• _TASK DESCRIPTION_
Among the records below, find each line that includes the string "their" and copy it.

THE RECORDS Block Start

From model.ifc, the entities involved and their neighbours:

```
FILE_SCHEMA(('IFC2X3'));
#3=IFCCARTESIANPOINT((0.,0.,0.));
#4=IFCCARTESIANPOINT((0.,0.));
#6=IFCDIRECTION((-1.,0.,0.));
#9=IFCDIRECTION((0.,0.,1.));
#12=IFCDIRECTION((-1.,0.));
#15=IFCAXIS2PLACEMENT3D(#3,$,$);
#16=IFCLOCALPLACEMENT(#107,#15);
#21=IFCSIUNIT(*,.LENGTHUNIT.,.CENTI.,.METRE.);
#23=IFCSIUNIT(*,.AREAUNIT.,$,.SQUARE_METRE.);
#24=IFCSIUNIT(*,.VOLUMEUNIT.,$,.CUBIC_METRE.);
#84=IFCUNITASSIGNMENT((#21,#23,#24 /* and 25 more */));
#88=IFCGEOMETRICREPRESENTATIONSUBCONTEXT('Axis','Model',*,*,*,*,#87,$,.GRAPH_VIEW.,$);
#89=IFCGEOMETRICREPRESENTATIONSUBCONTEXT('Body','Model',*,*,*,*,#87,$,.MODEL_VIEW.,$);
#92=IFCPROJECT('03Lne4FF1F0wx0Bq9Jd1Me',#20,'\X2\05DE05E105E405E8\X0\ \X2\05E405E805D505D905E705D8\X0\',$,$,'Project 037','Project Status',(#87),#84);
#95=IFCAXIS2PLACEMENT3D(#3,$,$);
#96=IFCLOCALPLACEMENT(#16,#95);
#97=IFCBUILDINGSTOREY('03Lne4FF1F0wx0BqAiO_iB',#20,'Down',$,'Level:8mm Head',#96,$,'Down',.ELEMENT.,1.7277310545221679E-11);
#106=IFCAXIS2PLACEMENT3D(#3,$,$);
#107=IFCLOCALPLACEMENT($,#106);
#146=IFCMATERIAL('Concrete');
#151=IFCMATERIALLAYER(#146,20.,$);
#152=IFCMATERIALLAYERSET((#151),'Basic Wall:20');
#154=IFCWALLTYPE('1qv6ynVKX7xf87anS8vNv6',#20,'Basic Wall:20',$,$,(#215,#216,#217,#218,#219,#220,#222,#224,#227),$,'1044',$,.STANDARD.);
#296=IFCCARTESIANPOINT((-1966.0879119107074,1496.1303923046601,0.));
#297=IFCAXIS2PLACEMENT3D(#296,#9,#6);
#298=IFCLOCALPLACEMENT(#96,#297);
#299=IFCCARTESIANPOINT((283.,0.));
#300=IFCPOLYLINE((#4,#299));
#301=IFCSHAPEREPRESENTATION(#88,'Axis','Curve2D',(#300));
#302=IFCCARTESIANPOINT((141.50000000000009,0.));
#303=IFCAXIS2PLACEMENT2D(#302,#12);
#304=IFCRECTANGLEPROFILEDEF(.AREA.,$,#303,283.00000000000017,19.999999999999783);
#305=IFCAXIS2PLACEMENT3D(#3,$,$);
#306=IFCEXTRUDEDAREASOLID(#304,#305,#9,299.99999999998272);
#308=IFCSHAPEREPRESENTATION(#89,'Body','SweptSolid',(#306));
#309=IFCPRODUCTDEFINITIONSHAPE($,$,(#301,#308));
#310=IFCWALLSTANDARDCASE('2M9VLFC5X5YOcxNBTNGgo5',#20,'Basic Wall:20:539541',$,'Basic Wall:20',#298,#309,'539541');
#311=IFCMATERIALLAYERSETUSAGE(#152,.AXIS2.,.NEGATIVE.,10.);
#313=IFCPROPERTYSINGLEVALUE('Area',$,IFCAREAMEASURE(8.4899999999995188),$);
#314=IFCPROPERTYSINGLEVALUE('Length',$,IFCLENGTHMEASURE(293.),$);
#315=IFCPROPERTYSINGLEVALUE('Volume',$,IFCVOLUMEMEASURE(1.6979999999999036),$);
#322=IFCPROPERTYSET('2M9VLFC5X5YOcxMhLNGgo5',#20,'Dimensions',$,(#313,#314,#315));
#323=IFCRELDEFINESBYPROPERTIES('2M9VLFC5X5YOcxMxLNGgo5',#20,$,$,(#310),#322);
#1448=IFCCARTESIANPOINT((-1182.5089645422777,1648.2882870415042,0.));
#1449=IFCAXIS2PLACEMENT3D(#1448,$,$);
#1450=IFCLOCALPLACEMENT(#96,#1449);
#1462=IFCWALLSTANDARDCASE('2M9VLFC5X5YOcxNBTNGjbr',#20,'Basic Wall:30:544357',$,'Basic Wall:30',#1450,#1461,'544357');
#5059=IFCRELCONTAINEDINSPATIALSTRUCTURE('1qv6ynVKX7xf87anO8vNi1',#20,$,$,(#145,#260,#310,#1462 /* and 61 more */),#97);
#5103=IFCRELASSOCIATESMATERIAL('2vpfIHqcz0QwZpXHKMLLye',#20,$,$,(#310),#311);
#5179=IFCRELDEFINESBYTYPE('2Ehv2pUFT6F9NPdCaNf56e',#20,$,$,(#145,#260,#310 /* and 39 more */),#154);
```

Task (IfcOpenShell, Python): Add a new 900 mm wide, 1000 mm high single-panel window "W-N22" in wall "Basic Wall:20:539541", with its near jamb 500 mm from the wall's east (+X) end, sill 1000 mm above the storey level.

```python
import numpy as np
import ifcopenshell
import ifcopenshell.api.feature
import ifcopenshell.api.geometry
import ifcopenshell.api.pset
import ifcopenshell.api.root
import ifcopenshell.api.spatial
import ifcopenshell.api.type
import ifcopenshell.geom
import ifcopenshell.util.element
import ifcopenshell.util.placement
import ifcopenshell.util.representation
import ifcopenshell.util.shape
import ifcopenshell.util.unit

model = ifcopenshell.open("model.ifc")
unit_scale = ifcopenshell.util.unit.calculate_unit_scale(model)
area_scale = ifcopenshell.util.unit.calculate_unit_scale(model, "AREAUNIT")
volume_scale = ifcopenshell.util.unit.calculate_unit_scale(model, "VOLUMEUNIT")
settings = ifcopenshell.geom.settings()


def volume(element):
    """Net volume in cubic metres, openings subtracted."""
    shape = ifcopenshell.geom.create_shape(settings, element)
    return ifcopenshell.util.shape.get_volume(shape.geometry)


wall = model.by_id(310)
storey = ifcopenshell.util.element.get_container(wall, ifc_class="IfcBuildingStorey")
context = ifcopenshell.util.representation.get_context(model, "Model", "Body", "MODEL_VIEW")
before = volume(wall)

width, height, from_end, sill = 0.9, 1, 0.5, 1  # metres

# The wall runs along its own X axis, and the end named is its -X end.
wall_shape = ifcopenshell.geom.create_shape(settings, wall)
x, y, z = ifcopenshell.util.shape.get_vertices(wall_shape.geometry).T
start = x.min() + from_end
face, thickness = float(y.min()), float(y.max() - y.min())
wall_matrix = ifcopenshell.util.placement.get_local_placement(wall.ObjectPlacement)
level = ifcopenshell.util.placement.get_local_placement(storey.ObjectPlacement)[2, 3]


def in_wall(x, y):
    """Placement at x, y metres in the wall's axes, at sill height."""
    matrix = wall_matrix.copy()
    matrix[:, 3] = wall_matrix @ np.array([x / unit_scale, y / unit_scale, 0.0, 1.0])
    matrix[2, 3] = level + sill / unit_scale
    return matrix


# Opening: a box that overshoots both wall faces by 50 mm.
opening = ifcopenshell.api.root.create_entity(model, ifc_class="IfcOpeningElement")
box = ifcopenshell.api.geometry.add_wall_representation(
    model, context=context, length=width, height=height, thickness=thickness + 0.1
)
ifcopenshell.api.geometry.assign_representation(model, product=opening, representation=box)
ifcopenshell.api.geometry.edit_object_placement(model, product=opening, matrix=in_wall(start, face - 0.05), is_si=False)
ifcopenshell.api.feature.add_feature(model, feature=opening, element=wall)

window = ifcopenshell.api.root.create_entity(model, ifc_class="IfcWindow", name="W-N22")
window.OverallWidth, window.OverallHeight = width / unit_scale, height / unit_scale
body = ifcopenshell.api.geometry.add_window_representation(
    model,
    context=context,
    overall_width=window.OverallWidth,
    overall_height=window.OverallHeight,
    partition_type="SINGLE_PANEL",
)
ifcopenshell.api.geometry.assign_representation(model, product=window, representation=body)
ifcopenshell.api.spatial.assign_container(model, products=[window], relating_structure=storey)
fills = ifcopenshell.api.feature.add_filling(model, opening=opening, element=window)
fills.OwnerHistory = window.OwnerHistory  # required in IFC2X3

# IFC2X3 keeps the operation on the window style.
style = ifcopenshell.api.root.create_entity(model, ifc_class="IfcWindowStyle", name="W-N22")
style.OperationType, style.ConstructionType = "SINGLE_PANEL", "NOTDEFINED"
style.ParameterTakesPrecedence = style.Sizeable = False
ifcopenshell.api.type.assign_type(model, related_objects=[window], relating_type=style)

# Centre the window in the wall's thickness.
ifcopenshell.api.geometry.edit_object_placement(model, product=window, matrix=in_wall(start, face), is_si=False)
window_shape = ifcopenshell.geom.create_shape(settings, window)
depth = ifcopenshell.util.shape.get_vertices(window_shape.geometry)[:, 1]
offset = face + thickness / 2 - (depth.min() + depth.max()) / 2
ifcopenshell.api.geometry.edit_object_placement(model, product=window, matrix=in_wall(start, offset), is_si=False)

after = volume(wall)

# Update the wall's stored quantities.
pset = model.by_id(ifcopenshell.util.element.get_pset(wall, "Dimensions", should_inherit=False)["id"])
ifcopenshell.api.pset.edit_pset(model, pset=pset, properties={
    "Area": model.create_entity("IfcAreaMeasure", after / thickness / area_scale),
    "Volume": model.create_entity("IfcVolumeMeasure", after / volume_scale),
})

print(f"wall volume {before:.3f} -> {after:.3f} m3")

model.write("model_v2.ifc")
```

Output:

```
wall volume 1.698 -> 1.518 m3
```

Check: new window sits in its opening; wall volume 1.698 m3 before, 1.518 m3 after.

THE RECORDS Block End
THE RECORDS Block Start

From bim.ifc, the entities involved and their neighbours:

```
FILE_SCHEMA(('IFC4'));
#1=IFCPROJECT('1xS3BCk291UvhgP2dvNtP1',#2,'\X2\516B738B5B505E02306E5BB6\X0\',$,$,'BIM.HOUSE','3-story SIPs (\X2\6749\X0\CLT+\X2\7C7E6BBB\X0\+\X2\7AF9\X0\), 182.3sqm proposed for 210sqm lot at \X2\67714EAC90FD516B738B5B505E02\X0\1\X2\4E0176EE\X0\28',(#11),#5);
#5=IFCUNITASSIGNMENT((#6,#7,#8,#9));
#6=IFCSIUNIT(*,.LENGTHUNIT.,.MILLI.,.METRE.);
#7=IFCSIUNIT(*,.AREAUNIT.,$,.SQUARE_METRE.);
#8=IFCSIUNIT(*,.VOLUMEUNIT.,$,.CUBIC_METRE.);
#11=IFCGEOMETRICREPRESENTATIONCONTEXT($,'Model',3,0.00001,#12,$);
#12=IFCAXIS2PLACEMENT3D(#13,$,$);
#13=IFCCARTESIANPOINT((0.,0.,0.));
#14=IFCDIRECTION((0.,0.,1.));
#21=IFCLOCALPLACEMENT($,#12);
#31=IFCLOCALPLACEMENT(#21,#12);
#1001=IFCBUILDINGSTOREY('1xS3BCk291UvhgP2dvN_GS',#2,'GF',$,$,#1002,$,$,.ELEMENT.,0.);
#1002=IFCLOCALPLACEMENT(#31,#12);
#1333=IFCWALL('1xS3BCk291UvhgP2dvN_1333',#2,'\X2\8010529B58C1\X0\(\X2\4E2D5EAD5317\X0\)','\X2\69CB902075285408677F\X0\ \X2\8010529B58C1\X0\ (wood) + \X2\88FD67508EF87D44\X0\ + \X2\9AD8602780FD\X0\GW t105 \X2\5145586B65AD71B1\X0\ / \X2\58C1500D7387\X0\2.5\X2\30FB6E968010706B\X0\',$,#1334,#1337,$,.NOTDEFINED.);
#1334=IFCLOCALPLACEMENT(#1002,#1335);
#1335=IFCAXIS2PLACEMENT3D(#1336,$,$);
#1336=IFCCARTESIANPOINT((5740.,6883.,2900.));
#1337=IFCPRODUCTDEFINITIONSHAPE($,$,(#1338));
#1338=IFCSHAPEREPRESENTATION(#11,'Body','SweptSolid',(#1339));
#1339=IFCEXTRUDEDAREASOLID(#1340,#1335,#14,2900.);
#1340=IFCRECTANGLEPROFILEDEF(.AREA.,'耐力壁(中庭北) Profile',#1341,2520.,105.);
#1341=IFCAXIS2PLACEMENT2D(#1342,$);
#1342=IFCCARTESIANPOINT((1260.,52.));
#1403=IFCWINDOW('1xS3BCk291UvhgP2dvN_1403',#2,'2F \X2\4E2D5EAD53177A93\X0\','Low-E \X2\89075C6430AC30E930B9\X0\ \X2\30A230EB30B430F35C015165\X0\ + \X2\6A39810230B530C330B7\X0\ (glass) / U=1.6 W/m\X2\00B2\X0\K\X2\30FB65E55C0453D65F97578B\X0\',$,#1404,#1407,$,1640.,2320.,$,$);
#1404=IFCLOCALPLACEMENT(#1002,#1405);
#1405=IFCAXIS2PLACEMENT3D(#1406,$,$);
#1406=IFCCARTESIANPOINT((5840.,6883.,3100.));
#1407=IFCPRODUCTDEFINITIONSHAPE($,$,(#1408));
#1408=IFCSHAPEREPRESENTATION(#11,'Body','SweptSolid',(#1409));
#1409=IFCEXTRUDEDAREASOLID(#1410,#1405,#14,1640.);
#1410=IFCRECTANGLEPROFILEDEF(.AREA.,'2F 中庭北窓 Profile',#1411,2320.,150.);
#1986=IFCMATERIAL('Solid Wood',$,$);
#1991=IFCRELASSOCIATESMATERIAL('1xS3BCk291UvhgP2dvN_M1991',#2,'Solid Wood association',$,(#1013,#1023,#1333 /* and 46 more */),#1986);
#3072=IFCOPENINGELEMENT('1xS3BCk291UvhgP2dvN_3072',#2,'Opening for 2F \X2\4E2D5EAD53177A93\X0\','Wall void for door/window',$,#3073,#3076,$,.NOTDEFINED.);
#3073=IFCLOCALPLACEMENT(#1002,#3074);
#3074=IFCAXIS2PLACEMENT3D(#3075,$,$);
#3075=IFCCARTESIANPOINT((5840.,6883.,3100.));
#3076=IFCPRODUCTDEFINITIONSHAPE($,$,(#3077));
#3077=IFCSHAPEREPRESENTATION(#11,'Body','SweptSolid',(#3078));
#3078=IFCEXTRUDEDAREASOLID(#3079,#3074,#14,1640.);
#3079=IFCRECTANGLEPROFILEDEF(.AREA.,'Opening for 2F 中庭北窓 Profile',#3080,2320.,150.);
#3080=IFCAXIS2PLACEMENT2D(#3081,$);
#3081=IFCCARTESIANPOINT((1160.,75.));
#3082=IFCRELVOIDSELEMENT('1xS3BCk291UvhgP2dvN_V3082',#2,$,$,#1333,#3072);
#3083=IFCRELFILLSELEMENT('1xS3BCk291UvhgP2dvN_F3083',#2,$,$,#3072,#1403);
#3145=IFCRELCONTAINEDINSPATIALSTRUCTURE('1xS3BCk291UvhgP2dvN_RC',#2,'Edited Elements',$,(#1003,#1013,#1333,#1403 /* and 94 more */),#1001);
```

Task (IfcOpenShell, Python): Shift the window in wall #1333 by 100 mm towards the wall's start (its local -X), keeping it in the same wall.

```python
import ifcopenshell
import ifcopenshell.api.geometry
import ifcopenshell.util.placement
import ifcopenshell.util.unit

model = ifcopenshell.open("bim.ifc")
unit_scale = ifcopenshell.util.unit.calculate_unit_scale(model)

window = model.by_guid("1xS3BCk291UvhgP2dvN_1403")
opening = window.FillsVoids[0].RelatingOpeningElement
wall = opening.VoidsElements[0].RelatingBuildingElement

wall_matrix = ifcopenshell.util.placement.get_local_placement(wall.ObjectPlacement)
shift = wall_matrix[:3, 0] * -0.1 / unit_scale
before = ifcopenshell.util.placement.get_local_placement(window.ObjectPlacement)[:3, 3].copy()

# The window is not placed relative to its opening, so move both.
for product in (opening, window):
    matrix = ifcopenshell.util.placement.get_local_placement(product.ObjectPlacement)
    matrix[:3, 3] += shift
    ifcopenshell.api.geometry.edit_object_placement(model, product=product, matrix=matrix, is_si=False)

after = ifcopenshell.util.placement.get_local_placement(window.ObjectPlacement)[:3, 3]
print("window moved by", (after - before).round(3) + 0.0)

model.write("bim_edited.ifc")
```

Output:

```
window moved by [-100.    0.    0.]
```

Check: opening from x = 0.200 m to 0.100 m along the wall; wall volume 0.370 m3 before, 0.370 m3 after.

THE RECORDS Block End

• _EXERCISE OUTPUT_
From model.ifc, the entities involved and their neighbours:
From bim.ifc, the entities involved and their neighbours:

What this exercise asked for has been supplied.